A heap is a specialized tree-based data structure that satisfies the heap property. It's primarily used as a priority queue. There are two main types of heaps: a max-heap and a min-heap. A max-heap ensures that the parent nodes have a value greater than or equal to their children, while a min-heap ensures the opposite.

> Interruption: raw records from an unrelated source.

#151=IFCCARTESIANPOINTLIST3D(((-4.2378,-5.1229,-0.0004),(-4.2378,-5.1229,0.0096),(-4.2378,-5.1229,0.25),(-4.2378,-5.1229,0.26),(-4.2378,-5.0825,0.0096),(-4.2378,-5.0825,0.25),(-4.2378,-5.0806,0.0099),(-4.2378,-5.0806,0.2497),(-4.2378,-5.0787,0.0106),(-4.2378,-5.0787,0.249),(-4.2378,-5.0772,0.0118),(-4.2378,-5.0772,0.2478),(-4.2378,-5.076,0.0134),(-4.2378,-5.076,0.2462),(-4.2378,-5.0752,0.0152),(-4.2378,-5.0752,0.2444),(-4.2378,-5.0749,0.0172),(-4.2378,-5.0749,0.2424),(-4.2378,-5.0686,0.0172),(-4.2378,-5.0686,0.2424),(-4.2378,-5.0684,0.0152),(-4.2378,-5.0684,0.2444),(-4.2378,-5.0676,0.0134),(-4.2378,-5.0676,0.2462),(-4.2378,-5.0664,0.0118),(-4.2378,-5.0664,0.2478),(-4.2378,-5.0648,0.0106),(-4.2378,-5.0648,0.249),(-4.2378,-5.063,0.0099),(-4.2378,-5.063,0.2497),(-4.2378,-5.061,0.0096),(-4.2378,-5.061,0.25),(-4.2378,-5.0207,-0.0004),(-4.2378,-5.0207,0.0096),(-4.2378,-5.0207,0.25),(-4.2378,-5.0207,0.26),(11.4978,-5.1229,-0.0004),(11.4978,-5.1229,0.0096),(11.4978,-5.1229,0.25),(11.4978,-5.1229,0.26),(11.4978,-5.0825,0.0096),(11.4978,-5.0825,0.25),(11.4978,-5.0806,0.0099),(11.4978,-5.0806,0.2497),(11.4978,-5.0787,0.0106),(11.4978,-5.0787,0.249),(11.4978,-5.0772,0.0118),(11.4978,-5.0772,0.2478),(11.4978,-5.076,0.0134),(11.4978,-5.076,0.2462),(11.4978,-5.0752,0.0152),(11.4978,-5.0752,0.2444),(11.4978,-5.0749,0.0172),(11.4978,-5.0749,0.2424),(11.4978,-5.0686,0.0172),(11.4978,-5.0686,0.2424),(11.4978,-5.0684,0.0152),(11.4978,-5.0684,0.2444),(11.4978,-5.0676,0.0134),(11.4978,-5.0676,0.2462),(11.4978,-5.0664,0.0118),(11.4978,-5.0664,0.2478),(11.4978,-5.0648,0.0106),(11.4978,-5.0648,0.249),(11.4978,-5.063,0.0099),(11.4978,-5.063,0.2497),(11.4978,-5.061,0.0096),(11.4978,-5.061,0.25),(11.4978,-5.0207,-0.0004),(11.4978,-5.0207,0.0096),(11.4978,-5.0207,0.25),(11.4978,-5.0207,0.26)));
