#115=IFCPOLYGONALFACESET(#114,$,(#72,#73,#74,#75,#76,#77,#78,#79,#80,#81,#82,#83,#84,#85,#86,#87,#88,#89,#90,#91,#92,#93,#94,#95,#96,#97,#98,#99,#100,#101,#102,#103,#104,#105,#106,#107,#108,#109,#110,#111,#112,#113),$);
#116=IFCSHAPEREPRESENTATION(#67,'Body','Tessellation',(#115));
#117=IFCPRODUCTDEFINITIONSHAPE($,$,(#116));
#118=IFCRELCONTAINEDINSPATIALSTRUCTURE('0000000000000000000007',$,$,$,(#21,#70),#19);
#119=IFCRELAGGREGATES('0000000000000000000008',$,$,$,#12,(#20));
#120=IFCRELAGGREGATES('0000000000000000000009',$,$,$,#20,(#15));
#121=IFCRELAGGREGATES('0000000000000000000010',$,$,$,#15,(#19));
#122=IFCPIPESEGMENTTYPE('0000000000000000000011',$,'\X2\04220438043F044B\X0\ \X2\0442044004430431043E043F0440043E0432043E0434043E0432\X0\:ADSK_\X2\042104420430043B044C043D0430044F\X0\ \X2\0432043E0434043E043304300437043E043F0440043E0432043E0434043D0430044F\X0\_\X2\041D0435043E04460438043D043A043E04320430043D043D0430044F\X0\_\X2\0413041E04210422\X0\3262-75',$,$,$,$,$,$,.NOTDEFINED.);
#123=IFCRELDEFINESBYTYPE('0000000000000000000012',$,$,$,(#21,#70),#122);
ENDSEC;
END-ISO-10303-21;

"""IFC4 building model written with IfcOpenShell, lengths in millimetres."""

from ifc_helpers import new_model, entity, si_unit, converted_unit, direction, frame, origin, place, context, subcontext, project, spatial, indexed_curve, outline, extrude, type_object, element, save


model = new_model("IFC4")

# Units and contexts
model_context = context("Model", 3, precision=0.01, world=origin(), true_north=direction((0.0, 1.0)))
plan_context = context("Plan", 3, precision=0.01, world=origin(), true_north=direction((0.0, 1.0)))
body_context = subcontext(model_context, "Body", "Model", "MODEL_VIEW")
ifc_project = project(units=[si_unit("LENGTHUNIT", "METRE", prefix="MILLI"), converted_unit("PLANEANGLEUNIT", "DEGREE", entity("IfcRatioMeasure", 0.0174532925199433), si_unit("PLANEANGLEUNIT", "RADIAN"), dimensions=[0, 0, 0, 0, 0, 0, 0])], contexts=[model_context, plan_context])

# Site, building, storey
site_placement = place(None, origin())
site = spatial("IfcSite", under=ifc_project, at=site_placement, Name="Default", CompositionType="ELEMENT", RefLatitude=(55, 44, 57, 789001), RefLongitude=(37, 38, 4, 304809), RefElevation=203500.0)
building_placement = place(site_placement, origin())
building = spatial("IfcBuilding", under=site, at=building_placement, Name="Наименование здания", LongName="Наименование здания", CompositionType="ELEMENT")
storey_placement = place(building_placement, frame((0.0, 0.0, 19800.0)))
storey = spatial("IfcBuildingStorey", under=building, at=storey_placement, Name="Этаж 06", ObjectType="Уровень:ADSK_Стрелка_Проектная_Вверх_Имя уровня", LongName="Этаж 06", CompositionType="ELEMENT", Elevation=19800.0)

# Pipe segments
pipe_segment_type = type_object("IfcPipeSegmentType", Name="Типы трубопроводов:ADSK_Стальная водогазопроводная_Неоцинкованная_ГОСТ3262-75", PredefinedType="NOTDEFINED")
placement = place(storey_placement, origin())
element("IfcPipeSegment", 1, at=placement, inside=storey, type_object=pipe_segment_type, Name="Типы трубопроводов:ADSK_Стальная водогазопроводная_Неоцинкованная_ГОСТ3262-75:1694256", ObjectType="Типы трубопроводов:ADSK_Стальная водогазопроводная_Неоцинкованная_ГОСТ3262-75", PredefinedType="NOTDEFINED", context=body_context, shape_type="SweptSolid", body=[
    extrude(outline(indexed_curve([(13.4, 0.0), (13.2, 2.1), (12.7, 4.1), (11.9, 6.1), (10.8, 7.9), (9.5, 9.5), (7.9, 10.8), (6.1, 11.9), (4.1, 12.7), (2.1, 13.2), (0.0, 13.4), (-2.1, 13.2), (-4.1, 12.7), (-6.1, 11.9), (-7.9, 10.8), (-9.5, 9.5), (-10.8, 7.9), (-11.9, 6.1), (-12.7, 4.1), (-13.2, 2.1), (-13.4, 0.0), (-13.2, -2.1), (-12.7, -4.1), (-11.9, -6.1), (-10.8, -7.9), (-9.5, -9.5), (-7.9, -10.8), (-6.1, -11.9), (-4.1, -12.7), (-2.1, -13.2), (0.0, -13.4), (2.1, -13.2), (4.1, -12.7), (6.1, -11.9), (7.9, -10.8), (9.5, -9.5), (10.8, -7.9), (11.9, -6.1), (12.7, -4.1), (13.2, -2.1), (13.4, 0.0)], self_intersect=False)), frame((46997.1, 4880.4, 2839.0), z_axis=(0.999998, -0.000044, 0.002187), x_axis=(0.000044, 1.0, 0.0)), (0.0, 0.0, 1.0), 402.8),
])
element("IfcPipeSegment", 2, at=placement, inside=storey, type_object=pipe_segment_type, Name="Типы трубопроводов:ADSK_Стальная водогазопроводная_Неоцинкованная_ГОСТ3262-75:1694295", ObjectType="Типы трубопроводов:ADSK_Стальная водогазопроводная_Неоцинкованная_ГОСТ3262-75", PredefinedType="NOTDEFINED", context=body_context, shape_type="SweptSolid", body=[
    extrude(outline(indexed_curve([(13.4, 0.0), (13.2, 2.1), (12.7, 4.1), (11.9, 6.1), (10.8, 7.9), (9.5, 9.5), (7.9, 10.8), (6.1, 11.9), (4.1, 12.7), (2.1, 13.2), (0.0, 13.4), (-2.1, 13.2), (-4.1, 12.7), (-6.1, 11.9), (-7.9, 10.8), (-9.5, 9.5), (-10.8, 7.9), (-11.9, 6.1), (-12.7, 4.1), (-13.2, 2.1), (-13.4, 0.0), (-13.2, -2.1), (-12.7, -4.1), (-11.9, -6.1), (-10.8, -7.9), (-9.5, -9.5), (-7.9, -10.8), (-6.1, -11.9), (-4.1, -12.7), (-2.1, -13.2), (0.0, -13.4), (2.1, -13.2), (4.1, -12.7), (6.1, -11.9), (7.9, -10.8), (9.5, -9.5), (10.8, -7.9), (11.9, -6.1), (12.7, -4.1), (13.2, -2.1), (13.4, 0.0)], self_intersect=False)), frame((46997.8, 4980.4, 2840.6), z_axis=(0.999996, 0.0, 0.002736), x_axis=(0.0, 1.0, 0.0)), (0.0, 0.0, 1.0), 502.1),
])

Here's a table for the time and space complexities for common operations on a Heap:

Operation | Time Complexity | Space Complexity |
---|---|---|

Insertion | O(log n) | O(n) |

Deletion (max or min) | O(log n) | O(n) |

Peeking (max or min) | O(1) | O(1) |

Heapify | O(n) | O(1) |

Increase/Decrease key | O(log n) | O(1) |

Merge | O(n + m) | O(n + m) |

Notes:

**Insertion**: When inserting into a heap, the worst-case scenario is that we have to traverse from the leaf to the root to maintain the heap property, which takes ( O(\log n) ) time.**Deletion (max or min)**: Removing the maximum element (in a max-heap) or minimum element (in a min-heap) also takes ( O(\log n) ) because we might need to restructure the heap to maintain the heap property.**Peeking (max or min)**: Since the max (in a max-heap) or min (in a min-heap) is always at the root, peeking at this element is a constant-time operation.**Heapify**: Converting an unordered list into a heap. In practice, it's ( O(n) ), even though one might initially think it'd be ( O(n \log n) ) due to the nature of the tree structure and how the operation works.**Increase/Decrease key**: Changing the value of a key can potentially alter the structure of the heap, hence it's ( O(\log n) ).**Merge**: Combining two heaps into one. The time complexity here is ( O(n + m) ), where ( n ) and ( m ) are the sizes of the two heaps.**Space Complexity**: Space is primarily determined by the number of elements, ( n ), in the heap.

Remember, these complexities can vary slightly based on the exact implementation of the heap and the nature of the operations being executed.